In Chicago, the Oriental Theatre was refurbished with $ 13.5 million in city funds and expanded on land expropriated by the city in an area - State Street - that received millions more in up- grades and preferential treatment at taxpayer expense. Li vent's New York theatre is based on a long-term lease that allows Livent to escape realty taxes for up to 75 years, also in an area of Manhattan thick with government deal-making. Vancouver's Ford Centre received a $5.2 million "commercial loan" from the province. Toronto's Ford Centre was built by the city of North York in a deal with Livent whose sweetheart details have never been revealed by the city, then run by current Toronto Mayor Mel Lastman.
Without that Toronto deal, Livent's major productions could never have gotten off the ground. Toronto taxpayers subsidized the launch of Show Boat and Ragtime. With the collapse of Livent and its elaborate system of cross-subsidies, the Toronto version of the Ford Centre - located in a suburb far from downtown - is likely to become another financial drain on a city that has more than its share of sinkhole monuments.
Toronto's SkyDebt was built on $650 million in loans guaranteed by the former Liberal government of David Peterson and his treasurer, Bob Nixon. Mr. Nixon, a Chretien loyalist, eventually moved on to a federal sink hole called Atomic Energy of Canada Ltd. The outstanding debt on the province's books, with interest, is probably now approaching $1-billion, but who's counting? The latest round of renegotiations are likely to leave another trail of unpaid bills, either debt or taxes or both. The SkyDebt is now in private hands, but a new generation of favour seekers - tax relief, maybe, or debt postponement - is on the make. Other Toronto money pits include the downtown Metro Convention Centre and the Ottawa-funded National TradeCentre. Built at a cost of $ 180-million, one third of its money from the "infrastructure" program, the trade centre barely meets its operating expenses, which do not include paying down debt or covering interest costs on the original $180-million. That cost is buried behind three levels of government borrowing.
The deception is this: Each of these projects, in city after city, is sold to a gullible population on the basis of economic snake oiL The claim is that if a city builds a trade centre or a theatre complex, or spends half a billion on a sport stadium, the economic spin-offs will double the city's investment. For the price of a Mercedes, you can hire a Big Name economic consulting firm to produce a computer print out and an audio-visual show that will demonstrate how a new stadium will generate quanta of jobs, spending, revenue, tax gains and rail cars filled with positive externalities.
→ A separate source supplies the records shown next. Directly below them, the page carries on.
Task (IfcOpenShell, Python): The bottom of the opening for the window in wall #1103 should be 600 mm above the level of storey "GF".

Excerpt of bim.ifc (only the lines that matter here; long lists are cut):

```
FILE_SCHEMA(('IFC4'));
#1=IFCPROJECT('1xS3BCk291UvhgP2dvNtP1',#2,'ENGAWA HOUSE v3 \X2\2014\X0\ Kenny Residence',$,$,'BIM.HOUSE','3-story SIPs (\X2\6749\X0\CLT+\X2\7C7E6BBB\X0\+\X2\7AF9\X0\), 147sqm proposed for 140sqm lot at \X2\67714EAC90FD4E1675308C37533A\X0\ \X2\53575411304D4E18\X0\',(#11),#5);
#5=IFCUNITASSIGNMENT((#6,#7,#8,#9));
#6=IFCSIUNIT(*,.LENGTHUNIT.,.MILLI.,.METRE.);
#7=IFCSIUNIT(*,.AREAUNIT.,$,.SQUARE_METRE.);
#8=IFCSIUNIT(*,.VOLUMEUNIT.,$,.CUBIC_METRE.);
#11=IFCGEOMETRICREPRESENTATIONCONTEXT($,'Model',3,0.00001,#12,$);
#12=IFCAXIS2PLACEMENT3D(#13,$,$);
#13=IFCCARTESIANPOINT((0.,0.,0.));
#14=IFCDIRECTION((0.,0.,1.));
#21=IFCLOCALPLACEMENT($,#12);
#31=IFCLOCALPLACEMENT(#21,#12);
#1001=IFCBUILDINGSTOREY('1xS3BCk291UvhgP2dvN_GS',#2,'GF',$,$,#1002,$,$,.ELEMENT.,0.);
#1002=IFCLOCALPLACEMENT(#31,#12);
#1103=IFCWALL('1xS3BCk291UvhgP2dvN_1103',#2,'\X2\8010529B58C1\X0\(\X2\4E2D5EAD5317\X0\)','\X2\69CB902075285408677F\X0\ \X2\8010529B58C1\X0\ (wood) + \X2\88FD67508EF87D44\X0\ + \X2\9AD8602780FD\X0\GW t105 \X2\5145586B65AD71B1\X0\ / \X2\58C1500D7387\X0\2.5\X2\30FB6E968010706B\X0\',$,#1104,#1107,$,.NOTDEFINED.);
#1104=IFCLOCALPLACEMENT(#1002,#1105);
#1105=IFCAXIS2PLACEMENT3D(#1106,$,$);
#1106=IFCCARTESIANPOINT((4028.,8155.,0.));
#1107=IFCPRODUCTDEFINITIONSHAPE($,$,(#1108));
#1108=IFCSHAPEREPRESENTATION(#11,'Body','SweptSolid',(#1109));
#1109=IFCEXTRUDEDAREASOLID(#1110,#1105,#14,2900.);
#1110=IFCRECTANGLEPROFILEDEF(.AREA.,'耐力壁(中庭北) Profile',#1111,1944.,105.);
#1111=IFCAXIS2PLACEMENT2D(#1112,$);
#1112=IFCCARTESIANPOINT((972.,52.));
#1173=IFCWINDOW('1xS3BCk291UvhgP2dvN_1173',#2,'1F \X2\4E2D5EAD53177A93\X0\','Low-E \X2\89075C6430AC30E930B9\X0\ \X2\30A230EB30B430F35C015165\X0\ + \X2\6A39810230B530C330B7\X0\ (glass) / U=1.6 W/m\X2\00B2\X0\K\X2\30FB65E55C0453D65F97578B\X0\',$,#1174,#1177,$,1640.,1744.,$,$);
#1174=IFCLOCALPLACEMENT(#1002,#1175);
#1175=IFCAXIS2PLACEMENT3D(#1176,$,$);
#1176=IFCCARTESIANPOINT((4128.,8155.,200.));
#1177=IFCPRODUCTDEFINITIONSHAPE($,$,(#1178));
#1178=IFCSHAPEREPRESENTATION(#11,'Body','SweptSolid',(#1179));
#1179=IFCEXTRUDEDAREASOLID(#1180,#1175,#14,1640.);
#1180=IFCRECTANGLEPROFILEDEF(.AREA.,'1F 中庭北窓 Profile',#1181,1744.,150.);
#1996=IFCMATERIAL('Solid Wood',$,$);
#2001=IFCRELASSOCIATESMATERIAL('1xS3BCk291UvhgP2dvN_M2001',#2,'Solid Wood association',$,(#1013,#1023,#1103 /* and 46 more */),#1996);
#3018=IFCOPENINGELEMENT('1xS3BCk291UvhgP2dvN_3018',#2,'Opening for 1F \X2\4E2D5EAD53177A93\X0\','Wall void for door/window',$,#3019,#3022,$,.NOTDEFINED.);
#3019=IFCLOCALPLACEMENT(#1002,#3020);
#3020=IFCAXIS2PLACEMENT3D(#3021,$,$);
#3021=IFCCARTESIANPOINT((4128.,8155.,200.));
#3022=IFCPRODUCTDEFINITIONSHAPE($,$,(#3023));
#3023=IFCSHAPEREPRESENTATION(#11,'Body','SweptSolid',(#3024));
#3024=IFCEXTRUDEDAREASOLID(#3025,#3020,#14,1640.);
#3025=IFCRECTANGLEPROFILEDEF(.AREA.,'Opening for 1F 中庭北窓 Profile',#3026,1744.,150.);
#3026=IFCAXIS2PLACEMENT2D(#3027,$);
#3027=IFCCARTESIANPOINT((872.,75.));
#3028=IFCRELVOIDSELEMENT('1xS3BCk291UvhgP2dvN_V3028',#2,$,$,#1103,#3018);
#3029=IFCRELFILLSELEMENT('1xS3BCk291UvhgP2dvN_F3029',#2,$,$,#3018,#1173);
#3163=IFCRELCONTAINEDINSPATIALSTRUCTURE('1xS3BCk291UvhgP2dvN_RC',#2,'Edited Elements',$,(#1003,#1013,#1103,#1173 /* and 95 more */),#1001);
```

```python
import numpy as np
import ifcopenshell
import ifcopenshell.api.geometry
import ifcopenshell.geom
import ifcopenshell.util.element
import ifcopenshell.util.placement
import ifcopenshell.util.shape
import ifcopenshell.util.unit

model = ifcopenshell.open("bim.ifc")
unit_scale = ifcopenshell.util.unit.calculate_unit_scale(model)

window = model.by_guid("1xS3BCk291UvhgP2dvN_1173")
opening = window.FillsVoids[0].RelatingOpeningElement
storey = ifcopenshell.util.element.get_container(window, ifc_class="IfcBuildingStorey")
level = ifcopenshell.util.placement.get_local_placement(storey.ObjectPlacement)[2, 3]

# The opening's origin need not be at the sill, so measure its lowest point.
shape = ifcopenshell.geom.create_shape(ifcopenshell.geom.settings(), opening)
bottom = ifcopenshell.util.shape.get_shape_bottom_elevation(shape, shape.geometry) / unit_scale
dz = level + 0.6 / unit_scale - bottom

shift = np.array([0.0, 0.0, dz])
# The window is not placed relative to its opening, so move both.
for product in (opening, window):
    matrix = ifcopenshell.util.placement.get_local_placement(product.ObjectPlacement)
    matrix[:3, 3] += shift
    ifcopenshell.api.geometry.edit_object_placement(model, product=product, matrix=matrix, is_si=False)

print(f"moved by {dz * unit_scale:+.3f} m")

model.write("bim_updated.ifc")
```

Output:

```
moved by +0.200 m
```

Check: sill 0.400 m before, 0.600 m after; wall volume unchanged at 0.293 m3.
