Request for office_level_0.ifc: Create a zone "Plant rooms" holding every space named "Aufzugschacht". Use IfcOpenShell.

First a look at what the model holds.

```python
import ifcopenshell

model = ifcopenshell.open("office_level_0.ifc")
print(model.schema)
seen = {}
for space in model.by_type("IfcSpace"):
    seen[space.LongName] = seen.get(space.LongName, 0) + 1
for name, count in sorted(seen.items(), key=str):
    print(count, "x", name)
print("zones:", [z.Name for z in model.by_type("IfcZone")][:20])
```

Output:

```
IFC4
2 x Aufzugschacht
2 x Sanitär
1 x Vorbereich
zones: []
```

```python
import ifcopenshell
import ifcopenshell.api.group
import ifcopenshell.api.root

model = ifcopenshell.open("office_level_0.ifc")

names = {"Aufzugschacht"}
spaces = [s for s in model.by_type("IfcSpace") if s.LongName in names]

zone = ifcopenshell.api.root.create_entity(model, ifc_class="IfcZone", name="Plant rooms")
ifcopenshell.api.group.assign_group(model, products=spaces, group=zone)
print(len(spaces), "spaces in", zone.Name)

model.write("office_level_0_rev.ifc")
```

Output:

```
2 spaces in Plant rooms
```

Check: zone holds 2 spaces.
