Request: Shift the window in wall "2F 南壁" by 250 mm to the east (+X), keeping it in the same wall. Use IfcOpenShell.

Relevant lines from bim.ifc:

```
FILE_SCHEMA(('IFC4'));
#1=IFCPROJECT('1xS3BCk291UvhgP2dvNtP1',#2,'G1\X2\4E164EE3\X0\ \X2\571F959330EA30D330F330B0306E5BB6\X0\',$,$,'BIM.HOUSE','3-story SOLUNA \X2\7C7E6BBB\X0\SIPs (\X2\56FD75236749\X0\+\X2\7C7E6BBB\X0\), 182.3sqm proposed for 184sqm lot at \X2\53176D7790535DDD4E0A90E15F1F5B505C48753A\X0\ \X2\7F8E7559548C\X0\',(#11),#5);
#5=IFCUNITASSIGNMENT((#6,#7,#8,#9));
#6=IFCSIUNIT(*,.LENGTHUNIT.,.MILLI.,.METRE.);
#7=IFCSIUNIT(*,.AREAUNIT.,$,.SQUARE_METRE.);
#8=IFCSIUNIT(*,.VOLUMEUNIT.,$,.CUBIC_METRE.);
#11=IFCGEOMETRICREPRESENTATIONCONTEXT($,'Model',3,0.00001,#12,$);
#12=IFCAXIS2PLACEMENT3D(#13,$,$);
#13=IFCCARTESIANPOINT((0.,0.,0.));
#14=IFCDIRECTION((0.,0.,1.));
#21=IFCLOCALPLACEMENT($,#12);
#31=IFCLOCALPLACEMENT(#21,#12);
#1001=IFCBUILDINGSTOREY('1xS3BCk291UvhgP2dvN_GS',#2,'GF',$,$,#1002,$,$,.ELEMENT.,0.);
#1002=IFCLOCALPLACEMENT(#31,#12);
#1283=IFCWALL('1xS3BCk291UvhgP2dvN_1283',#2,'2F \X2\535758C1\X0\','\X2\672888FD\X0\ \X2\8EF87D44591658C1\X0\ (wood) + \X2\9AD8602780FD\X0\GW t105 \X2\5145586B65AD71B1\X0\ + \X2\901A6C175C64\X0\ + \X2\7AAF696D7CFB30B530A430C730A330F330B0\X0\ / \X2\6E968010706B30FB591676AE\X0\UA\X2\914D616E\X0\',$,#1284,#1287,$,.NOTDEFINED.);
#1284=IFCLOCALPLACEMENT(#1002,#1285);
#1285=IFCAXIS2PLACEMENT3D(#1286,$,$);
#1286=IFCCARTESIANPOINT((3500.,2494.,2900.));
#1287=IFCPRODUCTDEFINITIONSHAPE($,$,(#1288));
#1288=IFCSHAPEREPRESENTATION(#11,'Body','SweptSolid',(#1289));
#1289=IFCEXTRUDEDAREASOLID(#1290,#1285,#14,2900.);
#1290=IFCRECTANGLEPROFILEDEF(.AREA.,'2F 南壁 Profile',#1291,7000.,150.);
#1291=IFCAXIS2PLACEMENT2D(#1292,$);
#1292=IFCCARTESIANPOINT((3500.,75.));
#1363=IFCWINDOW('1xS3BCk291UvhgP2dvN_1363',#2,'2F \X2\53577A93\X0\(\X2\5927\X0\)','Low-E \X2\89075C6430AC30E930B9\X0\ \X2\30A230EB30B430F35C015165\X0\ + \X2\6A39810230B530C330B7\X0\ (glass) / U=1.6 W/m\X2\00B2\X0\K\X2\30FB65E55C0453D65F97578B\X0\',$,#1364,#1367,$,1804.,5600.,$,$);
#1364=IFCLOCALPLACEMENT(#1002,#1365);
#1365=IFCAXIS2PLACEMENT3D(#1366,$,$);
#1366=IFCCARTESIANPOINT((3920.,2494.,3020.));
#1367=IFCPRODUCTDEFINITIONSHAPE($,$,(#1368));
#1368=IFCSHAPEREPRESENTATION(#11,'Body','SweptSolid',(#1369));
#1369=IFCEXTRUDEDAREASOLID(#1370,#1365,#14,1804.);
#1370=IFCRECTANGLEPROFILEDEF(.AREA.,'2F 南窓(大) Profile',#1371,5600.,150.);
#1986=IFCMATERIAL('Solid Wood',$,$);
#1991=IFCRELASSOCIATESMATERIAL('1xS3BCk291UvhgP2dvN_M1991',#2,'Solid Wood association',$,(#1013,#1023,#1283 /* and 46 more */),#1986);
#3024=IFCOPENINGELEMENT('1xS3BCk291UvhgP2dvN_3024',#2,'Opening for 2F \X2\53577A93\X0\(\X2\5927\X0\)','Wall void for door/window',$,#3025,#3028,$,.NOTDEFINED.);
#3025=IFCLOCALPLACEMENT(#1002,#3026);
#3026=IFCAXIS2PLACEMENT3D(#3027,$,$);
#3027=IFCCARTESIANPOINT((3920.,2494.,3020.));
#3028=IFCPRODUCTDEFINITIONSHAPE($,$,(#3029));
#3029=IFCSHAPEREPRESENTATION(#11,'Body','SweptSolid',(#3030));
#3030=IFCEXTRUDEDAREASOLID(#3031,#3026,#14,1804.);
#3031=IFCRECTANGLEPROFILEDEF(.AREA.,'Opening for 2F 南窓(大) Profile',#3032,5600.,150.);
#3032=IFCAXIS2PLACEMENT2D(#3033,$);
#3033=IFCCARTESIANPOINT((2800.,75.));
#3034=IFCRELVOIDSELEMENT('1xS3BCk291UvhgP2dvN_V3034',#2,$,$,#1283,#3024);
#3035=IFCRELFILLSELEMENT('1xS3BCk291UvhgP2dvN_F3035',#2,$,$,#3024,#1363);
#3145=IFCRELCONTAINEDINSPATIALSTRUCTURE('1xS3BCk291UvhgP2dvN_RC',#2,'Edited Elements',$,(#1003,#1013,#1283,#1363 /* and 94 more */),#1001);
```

```python
import ifcopenshell
import ifcopenshell.api.geometry
import ifcopenshell.util.placement

model = ifcopenshell.open("bim.ifc")

window = model.by_id(1363)
opening = window.FillsVoids[0].RelatingOpeningElement
wall = opening.VoidsElements[0].RelatingBuildingElement

wall_matrix = ifcopenshell.util.placement.get_local_placement(wall.ObjectPlacement)
shift = wall_matrix[:3, 0] * 250.0
before = ifcopenshell.util.placement.get_local_placement(window.ObjectPlacement)[:3, 3].copy()

# The window is not placed relative to its opening, so move both.
for product in (opening, window):
    matrix = ifcopenshell.util.placement.get_local_placement(product.ObjectPlacement)
    matrix[:3, 3] += shift
    ifcopenshell.api.geometry.edit_object_placement(model, product=product, matrix=matrix, is_si=False)

after = ifcopenshell.util.placement.get_local_placement(window.ObjectPlacement)[:3, 3]
print("window moved by", (after - before).round(3) + 0.0)

model.write("bim_updated.ifc")
```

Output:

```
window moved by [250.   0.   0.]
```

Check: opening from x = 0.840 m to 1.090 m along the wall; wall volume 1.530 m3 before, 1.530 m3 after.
It is all a scam, and the consultants who peddle this junk economics should be stripped of their credentials.
Everybody in the country is familiar with these productions. The economists help politicians whip up support by creating large numbers of beneficiaries - restaurant operators, hotels, club owners. When the city of Chicago was negotiating with Garth Drabinsky's Livent, its real estate consulting firm claimed that reopening of the Oriental Theatre alone could bring in $ 1.2-billion in total spending by theatre goers over the following 12 years.
In Toronto yesterday, the current owners of the SkyDome repeated the claims that have been made by every SkyDome promoter since the project was first mooted 10 years ago. The Dome creates jobs, generates profits for local small businesses, and gives Toronto a world-class sports franchise.
The truth is that these projects, of which there are hundreds across North America, are economic drains. The benefits accrue to some, but the costs in higher taxes are greater to others.